Excellent, Wujou.  I'm heading there in April and trying put together some sort of itinerary.  Would like to see volcanoes and beaches but my list is expanding...

----------


## WujouMao

> Excellent, Wujou.  I'm heading there in April and trying put together some sort of itinerary.  Would like to see volcanoes and beaches but my list is expanding...


i would assume April would be the hottest season of the year, like Cambodia and Thailand where its normally about 40 degrees. anyway, there's tones to see and tones of volcano's too see. better to go when its a clear blue sky compared to when i went which was the start of monsoon season. nothing worse when you have a ton of cloud spoiling one of the best looking volcano's in Philippines

a word of warning, you might find the philiphine food rather grim so best stick to what you have back home. i gave up trying to swallow a battered chicken wing and rice for breakfast without any veg

----------


## Agent_Smith

Thanks for that, are you saying April is too cloudy/rainy?  As for the food, about all I can stomach there is chicken adobo as everything else is way too greasy (lumpya, pancit).  Adobo and white rice will have to sustain me...

----------


## WujouMao

no mate. i went in july/august time last year, and i had a cloudy view at Mt.Mayon. when i got to Manila, i saw 2 typhoons in a week. best to stick to any period before june.

yea, i can stomach chicken adobo. sometimes i would try my luck in a mall thats serving cooked food. the Filipinos try and tell you that chop suey is veg. its more of rabbit food in water, so the poor lass at the checkout counter was confused cos i had on my plate something which they didnt sever. 

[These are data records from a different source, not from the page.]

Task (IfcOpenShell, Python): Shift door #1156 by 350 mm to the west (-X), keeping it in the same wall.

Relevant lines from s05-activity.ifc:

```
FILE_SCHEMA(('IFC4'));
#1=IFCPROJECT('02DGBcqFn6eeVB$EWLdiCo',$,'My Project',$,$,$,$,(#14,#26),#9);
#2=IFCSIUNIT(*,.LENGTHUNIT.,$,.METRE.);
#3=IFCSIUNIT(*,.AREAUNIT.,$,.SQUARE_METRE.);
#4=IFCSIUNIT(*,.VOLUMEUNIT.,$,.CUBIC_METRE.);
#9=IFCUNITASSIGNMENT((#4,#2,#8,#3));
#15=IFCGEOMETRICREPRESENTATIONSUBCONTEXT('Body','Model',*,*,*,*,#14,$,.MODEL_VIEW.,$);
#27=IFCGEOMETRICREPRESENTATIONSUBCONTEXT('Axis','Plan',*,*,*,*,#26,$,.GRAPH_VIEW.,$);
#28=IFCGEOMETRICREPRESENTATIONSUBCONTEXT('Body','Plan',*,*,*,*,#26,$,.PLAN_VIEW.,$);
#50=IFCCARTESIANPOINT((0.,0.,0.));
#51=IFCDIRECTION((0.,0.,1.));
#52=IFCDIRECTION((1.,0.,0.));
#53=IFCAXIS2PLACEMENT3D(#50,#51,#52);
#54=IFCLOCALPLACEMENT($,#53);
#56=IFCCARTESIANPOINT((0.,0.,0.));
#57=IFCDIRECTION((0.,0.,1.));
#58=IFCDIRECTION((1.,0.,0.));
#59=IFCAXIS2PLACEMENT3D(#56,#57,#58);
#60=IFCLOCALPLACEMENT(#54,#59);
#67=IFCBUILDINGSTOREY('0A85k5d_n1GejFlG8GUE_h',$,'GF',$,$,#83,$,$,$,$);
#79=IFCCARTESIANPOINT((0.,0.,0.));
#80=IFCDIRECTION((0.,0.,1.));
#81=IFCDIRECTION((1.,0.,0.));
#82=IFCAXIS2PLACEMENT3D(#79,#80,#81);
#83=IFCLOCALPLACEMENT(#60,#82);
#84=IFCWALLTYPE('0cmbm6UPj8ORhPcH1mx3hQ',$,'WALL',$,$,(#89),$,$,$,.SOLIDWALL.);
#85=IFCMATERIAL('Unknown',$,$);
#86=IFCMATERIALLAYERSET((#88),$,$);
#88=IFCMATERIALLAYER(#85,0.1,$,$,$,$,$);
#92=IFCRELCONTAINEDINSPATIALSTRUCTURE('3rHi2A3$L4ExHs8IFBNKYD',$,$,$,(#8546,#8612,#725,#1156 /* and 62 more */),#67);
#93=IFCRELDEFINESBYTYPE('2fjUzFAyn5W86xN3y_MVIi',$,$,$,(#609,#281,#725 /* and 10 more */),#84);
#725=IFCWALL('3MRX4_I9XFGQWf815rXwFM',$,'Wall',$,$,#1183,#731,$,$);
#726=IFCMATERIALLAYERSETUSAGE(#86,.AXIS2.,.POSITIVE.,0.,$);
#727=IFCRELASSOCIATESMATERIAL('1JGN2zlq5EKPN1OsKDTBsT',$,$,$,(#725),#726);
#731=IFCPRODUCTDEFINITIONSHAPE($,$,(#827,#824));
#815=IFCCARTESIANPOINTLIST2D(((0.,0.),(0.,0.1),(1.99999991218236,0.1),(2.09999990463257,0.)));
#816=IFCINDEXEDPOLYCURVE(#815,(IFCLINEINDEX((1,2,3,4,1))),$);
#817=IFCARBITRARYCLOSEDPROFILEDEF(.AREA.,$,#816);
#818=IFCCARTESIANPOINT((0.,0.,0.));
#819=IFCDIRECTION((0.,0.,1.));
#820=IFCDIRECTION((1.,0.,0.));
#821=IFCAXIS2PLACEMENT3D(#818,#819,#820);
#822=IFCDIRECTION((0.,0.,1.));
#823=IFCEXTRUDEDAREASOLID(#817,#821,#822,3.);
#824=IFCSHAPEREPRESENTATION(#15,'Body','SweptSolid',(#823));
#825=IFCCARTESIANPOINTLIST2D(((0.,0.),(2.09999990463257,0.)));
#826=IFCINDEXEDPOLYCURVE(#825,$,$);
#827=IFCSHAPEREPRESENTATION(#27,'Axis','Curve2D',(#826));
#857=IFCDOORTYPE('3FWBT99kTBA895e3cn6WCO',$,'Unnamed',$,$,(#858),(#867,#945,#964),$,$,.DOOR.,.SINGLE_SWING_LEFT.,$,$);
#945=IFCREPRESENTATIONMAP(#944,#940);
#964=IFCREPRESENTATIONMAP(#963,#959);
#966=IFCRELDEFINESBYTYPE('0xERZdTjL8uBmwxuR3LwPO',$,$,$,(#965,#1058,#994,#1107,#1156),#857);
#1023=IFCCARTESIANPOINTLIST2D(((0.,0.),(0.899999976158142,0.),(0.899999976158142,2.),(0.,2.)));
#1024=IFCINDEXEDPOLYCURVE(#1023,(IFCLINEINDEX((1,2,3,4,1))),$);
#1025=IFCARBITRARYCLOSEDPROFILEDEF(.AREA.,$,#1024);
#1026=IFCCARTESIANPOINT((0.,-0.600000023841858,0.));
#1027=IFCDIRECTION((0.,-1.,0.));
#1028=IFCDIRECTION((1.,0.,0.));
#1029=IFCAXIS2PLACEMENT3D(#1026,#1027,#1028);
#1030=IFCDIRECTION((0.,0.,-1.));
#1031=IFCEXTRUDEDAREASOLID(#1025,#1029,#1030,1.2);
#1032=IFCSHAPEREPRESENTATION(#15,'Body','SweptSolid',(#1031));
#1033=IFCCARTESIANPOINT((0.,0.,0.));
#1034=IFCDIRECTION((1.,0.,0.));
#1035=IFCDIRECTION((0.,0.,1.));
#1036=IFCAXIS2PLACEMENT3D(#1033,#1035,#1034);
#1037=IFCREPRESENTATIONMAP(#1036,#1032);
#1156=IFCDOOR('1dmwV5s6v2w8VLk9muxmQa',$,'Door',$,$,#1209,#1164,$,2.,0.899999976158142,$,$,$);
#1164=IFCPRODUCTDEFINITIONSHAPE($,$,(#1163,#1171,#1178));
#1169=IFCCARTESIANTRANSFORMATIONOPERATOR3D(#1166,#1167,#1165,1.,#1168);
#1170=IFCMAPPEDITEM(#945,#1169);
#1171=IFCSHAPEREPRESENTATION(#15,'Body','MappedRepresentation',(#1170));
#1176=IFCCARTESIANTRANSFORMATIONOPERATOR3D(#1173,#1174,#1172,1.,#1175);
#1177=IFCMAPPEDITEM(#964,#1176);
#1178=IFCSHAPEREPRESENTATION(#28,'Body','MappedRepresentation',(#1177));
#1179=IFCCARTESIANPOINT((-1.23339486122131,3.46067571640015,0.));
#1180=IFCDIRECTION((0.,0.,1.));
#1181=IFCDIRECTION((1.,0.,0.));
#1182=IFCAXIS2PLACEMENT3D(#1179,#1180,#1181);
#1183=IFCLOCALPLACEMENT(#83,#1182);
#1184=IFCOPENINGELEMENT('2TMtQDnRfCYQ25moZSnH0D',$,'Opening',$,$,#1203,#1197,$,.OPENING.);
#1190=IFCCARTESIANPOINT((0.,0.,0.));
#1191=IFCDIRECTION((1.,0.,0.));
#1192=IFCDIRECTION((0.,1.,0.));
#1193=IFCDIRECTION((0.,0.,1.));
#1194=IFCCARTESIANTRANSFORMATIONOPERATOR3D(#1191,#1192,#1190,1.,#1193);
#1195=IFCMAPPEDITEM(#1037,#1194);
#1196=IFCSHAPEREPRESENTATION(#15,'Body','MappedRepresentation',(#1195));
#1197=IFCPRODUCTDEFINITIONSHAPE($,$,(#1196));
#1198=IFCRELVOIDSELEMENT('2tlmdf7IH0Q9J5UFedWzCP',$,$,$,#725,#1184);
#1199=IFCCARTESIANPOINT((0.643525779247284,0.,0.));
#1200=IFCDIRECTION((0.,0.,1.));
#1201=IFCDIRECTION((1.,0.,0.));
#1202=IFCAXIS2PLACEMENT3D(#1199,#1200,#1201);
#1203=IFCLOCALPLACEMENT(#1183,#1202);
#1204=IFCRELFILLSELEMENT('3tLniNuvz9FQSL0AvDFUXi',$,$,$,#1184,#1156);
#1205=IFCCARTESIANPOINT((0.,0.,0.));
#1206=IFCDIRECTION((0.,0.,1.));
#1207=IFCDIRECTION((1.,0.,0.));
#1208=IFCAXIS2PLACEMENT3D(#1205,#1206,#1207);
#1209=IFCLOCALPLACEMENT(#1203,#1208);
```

```python
import ifcopenshell
import ifcopenshell.api.geometry
import ifcopenshell.util.placement
import ifcopenshell.util.unit

model = ifcopenshell.open("s05-activity.ifc")
unit_scale = ifcopenshell.util.unit.calculate_unit_scale(model)

door = model.by_guid("1dmwV5s6v2w8VLk9muxmQa")
opening = door.FillsVoids[0].RelatingOpeningElement
wall = opening.VoidsElements[0].RelatingBuildingElement

wall_matrix = ifcopenshell.util.placement.get_local_placement(wall.ObjectPlacement)
shift = wall_matrix[:3, 0] * -0.35 / unit_scale
before = ifcopenshell.util.placement.get_local_placement(door.ObjectPlacement)[:3, 3].copy()

# The door is placed relative to its opening, so it follows when the opening moves.
matrix = ifcopenshell.util.placement.get_local_placement(opening.ObjectPlacement)
matrix[:3, 3] += shift
ifcopenshell.api.geometry.edit_object_placement(
    model, product=opening, matrix=matrix, is_si=False, should_transform_children=True
)

after = ifcopenshell.util.placement.get_local_placement(door.ObjectPlacement)[:3, 3]
print("door moved by", (after - before).round(3) + 0.0)

model.write("s05-activity-out.ifc")
```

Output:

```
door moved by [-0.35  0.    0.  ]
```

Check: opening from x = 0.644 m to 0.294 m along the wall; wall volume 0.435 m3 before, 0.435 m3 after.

if you wanted beef and veg, its called chop suey. the other veg i saw was real veg, but that was only served with chicken. lol, so i messed it up completely for them

other than that, i would head for the muslim restaurants area's around the Mosques cos one thing about Islamic food, its spicy and they dont serve pork, so you dont get none of that fatty shit you do with other philippine gunk

----------


## callippo

Filipino food doesn't really deserve the appalling press it can sometimes get, it's just finding a good inexpensive pinoy resto isn't always that easy compared to bog-standard barbecues and turo-turo (point-point) caranderias which are everywhere. But having said that, I've had a proper spread of something like bird's nest soup, chopsuey, beef caldereta, chicken sweet and sour, shanghai rice, all the dishes spread over the table, plus beers coming in at 250 pesos for two in decent but cheap pinoy restos plenty of times. Not the dizzy culinary heights of Thailand for sure, but it doesn't have to be always total dross.

Unlike Thailand Philippines is somewhere where it is quite an advantage to go self-catering. Get a Filipina to cook for you, a lot of the food you're used to in Thailand is sold in Philippines, it's just they don't eat as much of it as the Thais. So it's easy enough to do your chicken in coconut milk with chillies and lemongrass if that's what you want. Just because Filipinos don't especially like spicy food doesn't mean that its not available. Food in the Bicol region is pretty much like Thai.

----------


## Bangyai

> Err, yea right........


Excellent thread, brings back loads of memories. Did a similar trip 25 years ago. I used to get a laugh from  signs like these. A German friend and myself checked into a ' hotel ' in Bagio once that had a sign above the door... ' Your home away from home ' . It was an unbelieveable shithole ....even the bed bugs thought it was a rip off. As my German friend said " If my home was like this I would be _away from home_ the rest of my life !! "

----------


## Bangyai

> Filipino food doesn't really deserve the appalling press it can sometimes get, .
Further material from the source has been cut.